# Activating OEM Bluetooth in RCD 510 With VAG or VCDS



## guilhermeloureiro (Mar 25, 2011)

Hi guys. I bought a OEM / Geniune VW Bluetooth KIT RCD RNS 510 MFD3 A2DP from Ebay and don't know how to activate the equipment. I went to a VW dealer today but, they don't know either. Somebody help me? I need a tutorial to teache me step by step how to use the VAG to activate the bluetooth. Regards to all.


----------



## Dana @ Ross-Tech (Sep 15, 2009)

Do you own VCDS? If so post the Auto-Scan here so we can see what modules are installed in this vehicle and how they are coded.
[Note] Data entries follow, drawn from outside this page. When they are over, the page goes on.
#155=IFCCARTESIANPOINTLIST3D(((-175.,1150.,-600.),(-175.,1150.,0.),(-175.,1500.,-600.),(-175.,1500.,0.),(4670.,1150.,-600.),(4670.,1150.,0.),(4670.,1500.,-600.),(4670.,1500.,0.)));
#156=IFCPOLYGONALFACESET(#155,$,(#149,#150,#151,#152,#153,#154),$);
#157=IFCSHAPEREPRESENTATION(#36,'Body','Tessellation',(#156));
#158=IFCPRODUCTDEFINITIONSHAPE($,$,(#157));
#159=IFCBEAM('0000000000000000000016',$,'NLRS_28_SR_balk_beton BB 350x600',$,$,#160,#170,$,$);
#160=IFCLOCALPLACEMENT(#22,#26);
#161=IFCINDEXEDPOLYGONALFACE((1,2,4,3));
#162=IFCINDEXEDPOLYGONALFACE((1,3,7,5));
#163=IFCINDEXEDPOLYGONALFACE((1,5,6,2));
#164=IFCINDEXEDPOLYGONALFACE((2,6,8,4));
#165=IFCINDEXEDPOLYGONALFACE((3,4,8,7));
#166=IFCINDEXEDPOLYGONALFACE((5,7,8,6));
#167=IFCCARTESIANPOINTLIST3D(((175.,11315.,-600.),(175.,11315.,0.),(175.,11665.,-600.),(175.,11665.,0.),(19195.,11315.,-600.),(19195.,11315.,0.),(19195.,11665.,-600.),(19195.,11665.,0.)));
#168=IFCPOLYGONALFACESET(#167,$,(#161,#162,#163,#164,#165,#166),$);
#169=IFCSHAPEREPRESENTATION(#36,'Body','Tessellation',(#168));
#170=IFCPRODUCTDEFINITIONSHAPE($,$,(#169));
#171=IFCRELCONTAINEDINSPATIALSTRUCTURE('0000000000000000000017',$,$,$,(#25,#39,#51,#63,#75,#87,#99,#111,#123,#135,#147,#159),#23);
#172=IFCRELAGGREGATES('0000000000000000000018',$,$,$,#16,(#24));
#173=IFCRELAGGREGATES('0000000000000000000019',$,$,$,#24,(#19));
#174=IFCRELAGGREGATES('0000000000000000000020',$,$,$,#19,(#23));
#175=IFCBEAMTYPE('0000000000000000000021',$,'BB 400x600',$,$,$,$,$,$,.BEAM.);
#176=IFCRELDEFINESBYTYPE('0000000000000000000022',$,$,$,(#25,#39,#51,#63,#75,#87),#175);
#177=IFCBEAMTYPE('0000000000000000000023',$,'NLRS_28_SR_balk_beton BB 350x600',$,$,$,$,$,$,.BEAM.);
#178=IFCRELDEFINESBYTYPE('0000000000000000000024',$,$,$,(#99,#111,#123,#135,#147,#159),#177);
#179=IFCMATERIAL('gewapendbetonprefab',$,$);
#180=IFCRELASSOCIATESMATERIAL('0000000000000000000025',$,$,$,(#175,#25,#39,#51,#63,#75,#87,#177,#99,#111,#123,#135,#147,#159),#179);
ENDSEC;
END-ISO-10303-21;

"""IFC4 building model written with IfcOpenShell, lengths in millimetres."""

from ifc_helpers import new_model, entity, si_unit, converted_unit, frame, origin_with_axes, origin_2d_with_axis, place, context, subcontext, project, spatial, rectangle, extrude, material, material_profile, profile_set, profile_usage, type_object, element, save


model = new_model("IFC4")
If you don't own VCDS try the Vag-Com Locator thread on the main page and provide some information about the Year, Make and Model of this vehicle so we can point you in the right direction. The full part numbers of the telephone module would be helpful as well.

Ex:

http://wiki.ross-tech.com/wiki/index.php/Retrofitting#Navigation_System_Retrofitting

http://forums.vwvortex.com/showthread.php?4945645-DIY-9W7-Bluetooth-swap-from-9W2-on-RNS510

http://forums.vwvortex.com/showthread.php?4726719


----------